TASK TO CARRY OUT:
Check each line of the entries below for the word "FLOORING", then report how many have it, with no other words.

(Dataset entries)
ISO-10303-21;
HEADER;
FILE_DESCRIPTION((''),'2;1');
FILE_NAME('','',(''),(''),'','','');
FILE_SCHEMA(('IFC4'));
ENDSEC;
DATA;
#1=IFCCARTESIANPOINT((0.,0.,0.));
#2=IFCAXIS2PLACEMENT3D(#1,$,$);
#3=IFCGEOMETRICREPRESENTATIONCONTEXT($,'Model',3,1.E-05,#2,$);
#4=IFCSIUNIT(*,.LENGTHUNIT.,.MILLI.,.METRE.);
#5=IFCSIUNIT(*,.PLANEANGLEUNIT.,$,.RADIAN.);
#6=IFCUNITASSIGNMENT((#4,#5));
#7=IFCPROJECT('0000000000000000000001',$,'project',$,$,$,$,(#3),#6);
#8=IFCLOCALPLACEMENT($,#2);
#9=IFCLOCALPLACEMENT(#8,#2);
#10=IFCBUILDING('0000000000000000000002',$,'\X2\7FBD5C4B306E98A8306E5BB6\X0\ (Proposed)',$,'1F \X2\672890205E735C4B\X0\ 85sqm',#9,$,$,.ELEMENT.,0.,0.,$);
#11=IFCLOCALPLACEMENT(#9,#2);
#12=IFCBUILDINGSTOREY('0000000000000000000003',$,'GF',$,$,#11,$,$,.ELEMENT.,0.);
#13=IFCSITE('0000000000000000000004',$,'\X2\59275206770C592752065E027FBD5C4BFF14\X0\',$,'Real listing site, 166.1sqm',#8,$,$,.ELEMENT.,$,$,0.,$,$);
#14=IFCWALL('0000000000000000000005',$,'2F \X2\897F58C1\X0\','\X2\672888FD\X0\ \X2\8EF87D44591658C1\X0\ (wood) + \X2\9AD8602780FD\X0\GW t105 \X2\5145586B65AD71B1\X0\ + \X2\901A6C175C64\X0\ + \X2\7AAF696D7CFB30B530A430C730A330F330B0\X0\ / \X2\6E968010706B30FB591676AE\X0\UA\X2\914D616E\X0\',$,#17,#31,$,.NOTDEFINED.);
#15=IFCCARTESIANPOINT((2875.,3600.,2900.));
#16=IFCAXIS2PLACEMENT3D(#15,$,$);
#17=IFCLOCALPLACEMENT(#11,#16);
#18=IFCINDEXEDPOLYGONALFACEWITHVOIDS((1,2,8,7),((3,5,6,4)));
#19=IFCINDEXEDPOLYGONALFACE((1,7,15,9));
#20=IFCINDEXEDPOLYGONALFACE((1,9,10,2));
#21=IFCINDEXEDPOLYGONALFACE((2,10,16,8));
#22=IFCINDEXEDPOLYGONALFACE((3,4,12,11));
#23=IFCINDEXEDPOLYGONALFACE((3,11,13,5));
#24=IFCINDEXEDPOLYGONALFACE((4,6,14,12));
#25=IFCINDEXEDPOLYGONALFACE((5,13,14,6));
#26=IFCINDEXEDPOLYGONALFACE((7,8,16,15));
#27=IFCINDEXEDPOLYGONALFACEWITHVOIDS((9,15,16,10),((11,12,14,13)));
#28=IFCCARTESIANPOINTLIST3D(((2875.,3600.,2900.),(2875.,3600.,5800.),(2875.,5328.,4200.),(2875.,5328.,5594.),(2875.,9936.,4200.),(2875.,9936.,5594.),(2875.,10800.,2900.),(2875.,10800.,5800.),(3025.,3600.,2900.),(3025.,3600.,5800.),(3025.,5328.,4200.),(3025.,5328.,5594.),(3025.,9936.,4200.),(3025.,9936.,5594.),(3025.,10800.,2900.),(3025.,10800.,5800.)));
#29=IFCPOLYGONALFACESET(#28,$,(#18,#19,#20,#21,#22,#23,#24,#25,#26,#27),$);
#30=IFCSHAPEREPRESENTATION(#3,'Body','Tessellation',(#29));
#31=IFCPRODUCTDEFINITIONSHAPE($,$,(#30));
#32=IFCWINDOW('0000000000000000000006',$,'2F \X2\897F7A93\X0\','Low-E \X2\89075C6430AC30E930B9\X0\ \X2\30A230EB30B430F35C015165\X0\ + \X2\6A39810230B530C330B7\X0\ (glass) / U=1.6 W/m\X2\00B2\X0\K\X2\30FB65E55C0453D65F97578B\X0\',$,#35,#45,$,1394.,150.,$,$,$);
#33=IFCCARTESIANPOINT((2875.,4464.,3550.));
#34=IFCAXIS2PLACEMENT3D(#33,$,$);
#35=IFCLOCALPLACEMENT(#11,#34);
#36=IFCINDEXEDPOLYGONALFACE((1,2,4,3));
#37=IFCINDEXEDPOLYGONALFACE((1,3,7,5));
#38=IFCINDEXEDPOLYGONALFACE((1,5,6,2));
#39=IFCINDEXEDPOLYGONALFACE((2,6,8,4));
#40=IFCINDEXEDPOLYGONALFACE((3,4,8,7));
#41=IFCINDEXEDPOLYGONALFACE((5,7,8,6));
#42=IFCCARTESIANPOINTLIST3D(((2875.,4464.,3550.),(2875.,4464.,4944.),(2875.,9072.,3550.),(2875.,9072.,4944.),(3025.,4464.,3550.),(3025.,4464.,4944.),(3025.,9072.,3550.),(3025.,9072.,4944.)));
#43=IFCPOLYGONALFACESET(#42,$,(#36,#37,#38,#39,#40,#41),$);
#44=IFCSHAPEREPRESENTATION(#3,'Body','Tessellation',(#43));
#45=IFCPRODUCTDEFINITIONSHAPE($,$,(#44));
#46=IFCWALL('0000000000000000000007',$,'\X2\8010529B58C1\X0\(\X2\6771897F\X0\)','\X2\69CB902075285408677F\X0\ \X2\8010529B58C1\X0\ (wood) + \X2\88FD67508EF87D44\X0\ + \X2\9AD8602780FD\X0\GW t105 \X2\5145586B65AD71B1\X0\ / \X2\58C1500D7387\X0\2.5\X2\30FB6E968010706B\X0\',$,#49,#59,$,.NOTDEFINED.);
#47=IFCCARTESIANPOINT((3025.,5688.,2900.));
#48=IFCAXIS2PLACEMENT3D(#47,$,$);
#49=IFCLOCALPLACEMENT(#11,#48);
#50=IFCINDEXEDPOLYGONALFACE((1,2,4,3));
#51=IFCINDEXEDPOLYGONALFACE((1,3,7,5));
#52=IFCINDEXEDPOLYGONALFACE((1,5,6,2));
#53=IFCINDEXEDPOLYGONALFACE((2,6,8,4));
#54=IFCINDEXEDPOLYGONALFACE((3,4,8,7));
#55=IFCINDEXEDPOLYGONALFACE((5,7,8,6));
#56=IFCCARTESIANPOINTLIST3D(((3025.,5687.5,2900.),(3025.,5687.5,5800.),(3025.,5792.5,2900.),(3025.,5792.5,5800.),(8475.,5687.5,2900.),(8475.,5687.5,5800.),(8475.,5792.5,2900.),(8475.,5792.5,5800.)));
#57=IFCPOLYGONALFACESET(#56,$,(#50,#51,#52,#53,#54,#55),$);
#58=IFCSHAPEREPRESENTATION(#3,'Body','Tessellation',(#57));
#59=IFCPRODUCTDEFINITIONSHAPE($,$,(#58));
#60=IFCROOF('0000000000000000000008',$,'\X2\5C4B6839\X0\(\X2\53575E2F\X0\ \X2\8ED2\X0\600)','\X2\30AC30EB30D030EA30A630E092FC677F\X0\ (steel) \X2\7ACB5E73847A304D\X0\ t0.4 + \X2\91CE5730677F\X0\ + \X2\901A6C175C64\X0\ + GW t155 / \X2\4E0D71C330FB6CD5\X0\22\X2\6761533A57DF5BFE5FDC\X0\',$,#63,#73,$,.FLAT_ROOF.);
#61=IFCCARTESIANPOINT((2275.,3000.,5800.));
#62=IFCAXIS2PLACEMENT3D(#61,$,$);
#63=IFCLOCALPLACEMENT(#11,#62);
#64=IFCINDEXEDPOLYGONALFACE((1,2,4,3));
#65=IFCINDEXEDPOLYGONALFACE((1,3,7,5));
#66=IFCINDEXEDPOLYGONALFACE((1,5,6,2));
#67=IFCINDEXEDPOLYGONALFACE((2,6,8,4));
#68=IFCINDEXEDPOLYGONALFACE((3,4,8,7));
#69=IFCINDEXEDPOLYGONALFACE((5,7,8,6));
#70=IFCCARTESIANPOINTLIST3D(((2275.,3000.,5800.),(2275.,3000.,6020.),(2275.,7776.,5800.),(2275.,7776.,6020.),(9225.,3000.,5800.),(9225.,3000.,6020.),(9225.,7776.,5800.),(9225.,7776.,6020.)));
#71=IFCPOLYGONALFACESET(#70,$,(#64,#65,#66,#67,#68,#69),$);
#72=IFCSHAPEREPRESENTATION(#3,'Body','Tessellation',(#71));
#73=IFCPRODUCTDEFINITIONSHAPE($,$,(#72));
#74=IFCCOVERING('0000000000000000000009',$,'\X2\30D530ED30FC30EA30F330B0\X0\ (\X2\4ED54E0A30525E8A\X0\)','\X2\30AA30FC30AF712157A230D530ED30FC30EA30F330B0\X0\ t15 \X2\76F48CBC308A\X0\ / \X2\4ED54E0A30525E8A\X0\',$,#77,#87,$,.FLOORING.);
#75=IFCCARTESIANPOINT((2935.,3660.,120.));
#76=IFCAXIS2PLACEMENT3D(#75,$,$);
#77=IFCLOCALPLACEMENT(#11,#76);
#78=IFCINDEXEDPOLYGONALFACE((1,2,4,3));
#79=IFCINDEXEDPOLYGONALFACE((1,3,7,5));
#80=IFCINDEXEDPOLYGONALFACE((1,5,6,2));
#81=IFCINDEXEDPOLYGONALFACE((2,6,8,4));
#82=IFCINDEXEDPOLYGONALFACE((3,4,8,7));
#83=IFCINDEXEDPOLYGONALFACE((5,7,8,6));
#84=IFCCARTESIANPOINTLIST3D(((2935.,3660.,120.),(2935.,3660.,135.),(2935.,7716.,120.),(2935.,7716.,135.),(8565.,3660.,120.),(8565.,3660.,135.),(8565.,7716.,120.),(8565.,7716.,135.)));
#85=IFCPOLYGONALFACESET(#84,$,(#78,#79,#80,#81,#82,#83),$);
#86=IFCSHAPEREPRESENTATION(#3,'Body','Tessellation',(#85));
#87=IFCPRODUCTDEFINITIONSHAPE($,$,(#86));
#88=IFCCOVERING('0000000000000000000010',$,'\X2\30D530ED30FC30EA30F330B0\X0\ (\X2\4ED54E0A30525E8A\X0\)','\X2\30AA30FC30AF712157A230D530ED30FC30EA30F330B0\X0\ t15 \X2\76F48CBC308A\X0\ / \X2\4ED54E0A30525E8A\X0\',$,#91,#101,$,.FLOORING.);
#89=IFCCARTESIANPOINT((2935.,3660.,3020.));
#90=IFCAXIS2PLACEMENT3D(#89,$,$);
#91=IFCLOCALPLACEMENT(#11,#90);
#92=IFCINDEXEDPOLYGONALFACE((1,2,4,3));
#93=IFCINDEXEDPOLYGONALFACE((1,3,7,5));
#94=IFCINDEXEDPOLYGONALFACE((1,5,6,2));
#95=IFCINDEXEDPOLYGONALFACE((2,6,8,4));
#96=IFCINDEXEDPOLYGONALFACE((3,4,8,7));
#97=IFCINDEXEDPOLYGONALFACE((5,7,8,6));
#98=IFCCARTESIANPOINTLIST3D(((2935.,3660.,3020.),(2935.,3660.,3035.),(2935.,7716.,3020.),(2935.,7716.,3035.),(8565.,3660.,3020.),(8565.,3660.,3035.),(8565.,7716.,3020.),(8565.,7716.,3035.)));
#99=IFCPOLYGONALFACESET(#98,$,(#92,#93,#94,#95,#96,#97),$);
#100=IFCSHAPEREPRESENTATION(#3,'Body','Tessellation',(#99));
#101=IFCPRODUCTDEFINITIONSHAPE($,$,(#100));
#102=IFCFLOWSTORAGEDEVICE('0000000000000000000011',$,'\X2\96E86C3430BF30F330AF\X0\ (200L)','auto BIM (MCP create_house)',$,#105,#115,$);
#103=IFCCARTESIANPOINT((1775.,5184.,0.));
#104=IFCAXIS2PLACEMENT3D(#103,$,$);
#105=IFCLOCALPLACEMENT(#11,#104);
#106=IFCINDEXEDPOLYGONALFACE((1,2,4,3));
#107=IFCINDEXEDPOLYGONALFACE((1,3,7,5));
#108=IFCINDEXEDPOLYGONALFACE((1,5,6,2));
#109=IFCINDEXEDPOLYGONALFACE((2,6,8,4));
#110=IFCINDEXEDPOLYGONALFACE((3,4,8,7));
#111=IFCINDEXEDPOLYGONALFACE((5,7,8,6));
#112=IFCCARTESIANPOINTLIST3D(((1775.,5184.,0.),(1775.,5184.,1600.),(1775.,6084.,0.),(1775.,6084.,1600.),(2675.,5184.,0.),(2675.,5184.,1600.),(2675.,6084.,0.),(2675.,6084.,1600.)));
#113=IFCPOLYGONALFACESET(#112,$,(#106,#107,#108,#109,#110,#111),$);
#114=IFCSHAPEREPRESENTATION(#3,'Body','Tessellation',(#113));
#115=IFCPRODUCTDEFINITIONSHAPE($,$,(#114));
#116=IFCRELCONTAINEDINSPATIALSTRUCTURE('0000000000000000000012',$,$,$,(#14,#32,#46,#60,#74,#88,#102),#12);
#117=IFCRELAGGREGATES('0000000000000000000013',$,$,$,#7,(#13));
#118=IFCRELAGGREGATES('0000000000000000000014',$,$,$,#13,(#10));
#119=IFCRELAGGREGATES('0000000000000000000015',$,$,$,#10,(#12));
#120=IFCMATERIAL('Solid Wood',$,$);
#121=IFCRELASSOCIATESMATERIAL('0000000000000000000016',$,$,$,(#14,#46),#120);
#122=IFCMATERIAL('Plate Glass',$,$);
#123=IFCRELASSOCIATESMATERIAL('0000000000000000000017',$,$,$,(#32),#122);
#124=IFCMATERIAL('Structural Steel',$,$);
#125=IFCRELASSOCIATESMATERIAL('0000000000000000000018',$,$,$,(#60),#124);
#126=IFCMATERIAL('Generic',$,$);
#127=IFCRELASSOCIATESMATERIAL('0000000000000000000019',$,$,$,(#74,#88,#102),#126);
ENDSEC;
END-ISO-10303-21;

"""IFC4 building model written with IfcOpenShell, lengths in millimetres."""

from ifc_helpers import new_model, si_unit, frame, frame_2d, origin, place, context, project, spatial, rectangle, extrude, material, element, fill, save


model = new_model("IFC4")

# Units and contexts
model_context = context("Model", 3, precision=1e-05, world=origin())
ifc_project = project(units=[si_unit("LENGTHUNIT", "METRE", prefix="MILLI"), si_unit("PLANEANGLEUNIT", "RADIAN")], contexts=[model_context])

# Site, building, storey
site_placement = place(None, origin())
site = spatial("IfcSite", under=ifc_project, at=site_placement, Name="大分県大分市羽屋４", ObjectType="Real listing site, 166.1sqm", CompositionType="ELEMENT", RefElevation=0.0)
building_placement = place(site_placement, origin())
building = spatial("IfcBuilding", under=site, at=building_placement, Name="羽屋の風の家 (Proposed)", ObjectType="1F 木造平屋 85sqm", CompositionType="ELEMENT", ElevationOfRefHeight=0.0, ElevationOfTerrain=0.0)
storey_placement = place(building_placement, origin())
storey = spatial("IfcBuildingStorey", under=building, at=storey_placement, Name="GF", CompositionType="ELEMENT", Elevation=0.0)

# Shared definitions
ifc_material_1 = material(Name="Solid Wood")
ifc_material_2 = material(Name="Generic")

# Shared definitions
ifc_material_3 = material(Name="Plate Glass")

# Wall, opening, window
wall_1_placement = place(storey_placement, frame((2875.0, 3600.0, 2900.0)))
wall_1 = element("IfcWall", 1, at=wall_1_placement, inside=storey, material=ifc_material_1, Name="2F 西壁", Description="木製 軸組外壁 (wood) + 高性能GW t105 充填断熱 + 通気層 + 窯業系サイディング / 準耐火・外皮UA配慮", PredefinedType="NOTDEFINED", context=model_context, shape_type="SweptSolid", body=[
    extrude(rectangle(XDim=150.0, YDim=7200.0, at=frame_2d((75.0, 3600.0))), frame((2875.0, 3600.0, 2900.0)), (0.0, 0.0, 1.0), 2900.0),
])
opening_1_placement = place(storey_placement, frame((2875.0, 4464.0, 3550.0)))
opening_1 = element("IfcOpeningElement", 2, at=opening_1_placement, cuts=wall_1, PredefinedType="NOTDEFINED", context=model_context, shape_type="SweptSolid", body=[
    extrude(rectangle(XDim=150.0, YDim=4608.0, at=frame_2d((75.0, 2304.0))), frame((2875.0, 4464.0, 3550.0)), (0.0, 0.0, 1.0), 1394.0),
])
window_1_placement = place(storey_placement, frame((2875.0, 4464.0, 3550.0)))
window_1 = element("IfcWindow", 3, at=window_1_placement, inside=storey, material=ifc_material_3, Name="2F 西窓", Description="Low-E 複層ガラス アルゴン封入 + 樹脂サッシ (glass) / U=1.6 W/m²K・日射取得型", OverallHeight=1394.0, OverallWidth=150.0, context=model_context, shape_type="SweptSolid", body=[
    extrude(rectangle(XDim=150.0, YDim=4608.0, at=frame_2d((75.0, 2304.0))), frame((2875.0, 4464.0, 3550.0)), (0.0, 0.0, 1.0), 1394.0),
])
fill(opening_1, window_1)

ANSWER TO THIS TASK:
2